Infelizmente, nos EUA neste momento não há garantia de que não vai mais acontecer

Aluno acende vela em uma das 17 cruzes colocadas pelos colegas das vítimas do ataque à escola Marjory Stoneman Douglas, em Parkland, na Flórida
Aluno acende vela em uma das 17 cruzes colocadas pelos colegas das vítimas do ataque à escola Marjory Stoneman Douglas, em Parkland, na Flórida - Gerald Herbert/Associated Press
LISA HAMP
Washington Post

Quando você sobrevive a uma chacina, sua vida muda rapidamente.
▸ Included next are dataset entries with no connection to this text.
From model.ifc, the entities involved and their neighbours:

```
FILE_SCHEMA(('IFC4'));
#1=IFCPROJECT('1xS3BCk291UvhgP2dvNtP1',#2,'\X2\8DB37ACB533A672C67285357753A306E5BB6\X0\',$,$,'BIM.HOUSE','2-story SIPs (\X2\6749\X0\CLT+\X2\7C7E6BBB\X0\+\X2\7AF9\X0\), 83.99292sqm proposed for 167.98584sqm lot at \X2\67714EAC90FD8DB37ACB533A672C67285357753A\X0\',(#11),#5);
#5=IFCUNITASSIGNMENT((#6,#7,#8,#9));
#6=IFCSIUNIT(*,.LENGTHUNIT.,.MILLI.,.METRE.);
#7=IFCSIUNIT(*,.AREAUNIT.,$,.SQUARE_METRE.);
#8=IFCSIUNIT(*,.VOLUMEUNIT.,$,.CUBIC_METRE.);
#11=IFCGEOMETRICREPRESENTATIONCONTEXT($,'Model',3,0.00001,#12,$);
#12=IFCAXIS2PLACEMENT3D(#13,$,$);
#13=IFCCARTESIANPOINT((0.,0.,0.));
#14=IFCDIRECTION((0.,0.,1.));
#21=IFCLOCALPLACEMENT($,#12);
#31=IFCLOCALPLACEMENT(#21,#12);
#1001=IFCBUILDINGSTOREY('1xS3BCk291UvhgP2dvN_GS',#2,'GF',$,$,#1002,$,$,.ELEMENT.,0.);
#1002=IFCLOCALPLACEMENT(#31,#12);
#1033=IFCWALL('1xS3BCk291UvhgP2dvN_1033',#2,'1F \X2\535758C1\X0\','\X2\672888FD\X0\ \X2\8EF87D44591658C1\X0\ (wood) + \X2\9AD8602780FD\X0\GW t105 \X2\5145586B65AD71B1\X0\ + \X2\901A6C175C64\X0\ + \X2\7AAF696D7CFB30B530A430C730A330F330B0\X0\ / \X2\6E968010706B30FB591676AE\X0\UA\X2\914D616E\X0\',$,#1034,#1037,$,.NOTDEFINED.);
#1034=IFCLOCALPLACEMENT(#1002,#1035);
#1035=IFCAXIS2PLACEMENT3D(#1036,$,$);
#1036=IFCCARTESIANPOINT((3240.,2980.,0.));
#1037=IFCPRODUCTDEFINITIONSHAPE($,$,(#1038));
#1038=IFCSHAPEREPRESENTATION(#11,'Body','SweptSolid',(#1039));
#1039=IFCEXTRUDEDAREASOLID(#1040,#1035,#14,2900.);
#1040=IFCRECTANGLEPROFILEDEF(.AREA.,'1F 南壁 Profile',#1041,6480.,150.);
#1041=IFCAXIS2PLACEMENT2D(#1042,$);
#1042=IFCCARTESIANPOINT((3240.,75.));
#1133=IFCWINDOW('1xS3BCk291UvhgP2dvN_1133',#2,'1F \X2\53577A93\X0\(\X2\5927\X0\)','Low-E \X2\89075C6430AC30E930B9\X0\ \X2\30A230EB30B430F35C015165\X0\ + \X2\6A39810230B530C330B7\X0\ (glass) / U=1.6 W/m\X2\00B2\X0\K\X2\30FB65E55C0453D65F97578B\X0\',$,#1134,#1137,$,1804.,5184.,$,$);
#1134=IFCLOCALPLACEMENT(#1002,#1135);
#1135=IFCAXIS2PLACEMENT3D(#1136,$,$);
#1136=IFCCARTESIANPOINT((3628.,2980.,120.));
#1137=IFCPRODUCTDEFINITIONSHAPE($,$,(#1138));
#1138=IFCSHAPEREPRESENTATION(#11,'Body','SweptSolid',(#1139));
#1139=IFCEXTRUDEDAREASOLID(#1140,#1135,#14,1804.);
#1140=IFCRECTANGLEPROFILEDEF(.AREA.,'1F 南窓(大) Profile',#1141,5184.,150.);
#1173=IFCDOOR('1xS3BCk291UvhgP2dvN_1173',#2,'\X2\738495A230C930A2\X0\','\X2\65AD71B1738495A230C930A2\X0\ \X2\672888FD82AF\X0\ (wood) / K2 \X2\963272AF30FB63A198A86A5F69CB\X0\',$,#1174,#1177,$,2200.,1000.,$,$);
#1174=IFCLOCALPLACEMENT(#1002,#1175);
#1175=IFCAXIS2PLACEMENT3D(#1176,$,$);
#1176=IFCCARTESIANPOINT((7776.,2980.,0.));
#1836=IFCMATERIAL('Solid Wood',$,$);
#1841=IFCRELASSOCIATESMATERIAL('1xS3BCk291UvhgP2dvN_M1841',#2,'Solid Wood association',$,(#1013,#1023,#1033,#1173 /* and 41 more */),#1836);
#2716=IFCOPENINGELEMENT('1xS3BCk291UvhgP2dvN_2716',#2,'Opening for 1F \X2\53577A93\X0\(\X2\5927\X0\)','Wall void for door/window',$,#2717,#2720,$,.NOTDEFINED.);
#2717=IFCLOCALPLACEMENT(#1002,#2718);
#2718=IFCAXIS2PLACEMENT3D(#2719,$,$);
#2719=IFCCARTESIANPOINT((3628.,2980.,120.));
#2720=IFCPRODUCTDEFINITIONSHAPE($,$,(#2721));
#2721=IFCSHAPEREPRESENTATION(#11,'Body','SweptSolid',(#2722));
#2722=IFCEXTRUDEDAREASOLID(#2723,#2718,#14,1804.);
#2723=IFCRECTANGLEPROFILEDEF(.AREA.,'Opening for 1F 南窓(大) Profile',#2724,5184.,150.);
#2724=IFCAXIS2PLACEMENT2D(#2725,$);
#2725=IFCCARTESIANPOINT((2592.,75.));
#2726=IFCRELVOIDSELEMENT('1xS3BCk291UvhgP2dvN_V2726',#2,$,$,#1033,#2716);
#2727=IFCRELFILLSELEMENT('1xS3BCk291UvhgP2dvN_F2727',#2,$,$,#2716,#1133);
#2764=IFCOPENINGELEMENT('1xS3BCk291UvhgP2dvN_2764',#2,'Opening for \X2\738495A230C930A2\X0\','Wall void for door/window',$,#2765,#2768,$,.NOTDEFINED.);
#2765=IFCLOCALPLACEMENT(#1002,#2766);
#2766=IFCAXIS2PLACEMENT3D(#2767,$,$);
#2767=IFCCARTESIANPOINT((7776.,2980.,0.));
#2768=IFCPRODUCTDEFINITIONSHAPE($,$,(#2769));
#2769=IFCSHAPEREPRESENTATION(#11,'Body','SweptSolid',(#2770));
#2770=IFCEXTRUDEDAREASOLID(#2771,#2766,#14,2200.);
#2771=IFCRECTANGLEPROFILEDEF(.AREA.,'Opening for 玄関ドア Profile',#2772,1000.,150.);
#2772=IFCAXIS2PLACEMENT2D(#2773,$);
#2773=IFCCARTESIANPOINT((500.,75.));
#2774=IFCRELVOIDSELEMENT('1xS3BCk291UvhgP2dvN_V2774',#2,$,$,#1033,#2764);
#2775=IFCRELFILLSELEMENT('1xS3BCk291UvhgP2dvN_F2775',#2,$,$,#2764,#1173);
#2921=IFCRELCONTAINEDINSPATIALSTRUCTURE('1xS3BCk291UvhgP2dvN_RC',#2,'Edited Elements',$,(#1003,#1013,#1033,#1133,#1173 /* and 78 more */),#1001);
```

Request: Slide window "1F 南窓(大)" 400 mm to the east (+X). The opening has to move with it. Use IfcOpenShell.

```python
import ifcopenshell
import ifcopenshell.api.geometry
import ifcopenshell.util.placement

model = ifcopenshell.open("model.ifc")

window = model.by_guid("1xS3BCk291UvhgP2dvN_1133")
opening = window.FillsVoids[0].RelatingOpeningElement
wall = opening.VoidsElements[0].RelatingBuildingElement

wall_matrix = ifcopenshell.util.placement.get_local_placement(wall.ObjectPlacement)
shift = wall_matrix[:3, 0] * 400.0
before = ifcopenshell.util.placement.get_local_placement(window.ObjectPlacement)[:3, 3].copy()

# The window is not placed relative to its opening, so move both.
for product in (opening, window):
    matrix = ifcopenshell.util.placement.get_local_placement(product.ObjectPlacement)
    matrix[:3, 3] += shift
    ifcopenshell.api.geometry.edit_object_placement(model, product=product, matrix=matrix, is_si=False)

after = ifcopenshell.util.placement.get_local_placement(window.ObjectPlacement)[:3, 3]
print("window moved by", (after - before).round(3) + 0.0)

model.write("model_v2.ifc")
```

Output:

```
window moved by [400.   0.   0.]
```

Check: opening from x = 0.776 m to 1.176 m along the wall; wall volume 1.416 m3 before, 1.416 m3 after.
Para mim, há quase 11 anos na Virginia Tech, ela mudou no instante em que ouvi os tiros.

E quando escutei a notícia na última quarta-feira (14) sobre o tiroteio em uma escola de Parkland, na Flórida, os sentimentos que eu tive durante e depois da Virginia  Tech voltaram imediatamente.

Houve centenas e centenas de outros tiroteios desde aquele, e 17 em escolas só neste ano, como foi documentado pelo grupo beneficente Everytown for Gun Safety, que atua pela segurança nas escolas.

Os sobreviventes que não sofreram ferimentos físicos nesses tiroteios são muitas vezes considerados pessoas de sorte. E nós tivemos muita sorte. Mas isso não quer dizer que a vida após uma chacina seja fácil ou normal. Não é. Temos dificuldades, e uma jornada de recuperação que não pode ser vista, apenas sentida.

Em nosso campus em Blacksburg, no Estado da Virgínia, minhas colegas e eu construímos uma barricada para impedir que o atirador entrasse. As balas atravessaram nossa porta e o atirador tentou entrar, mas nós conseguimos impedi-lo até que a polícia chegou.

Quando o atirador disparou, em segundos meu corpo entrou no modo lutar-ou-fugir. Os tiros pararam, mas meu cérebro continuou se perguntando: quando é seguro? A polícia já chegou? O atirador está preso? Ele está morto?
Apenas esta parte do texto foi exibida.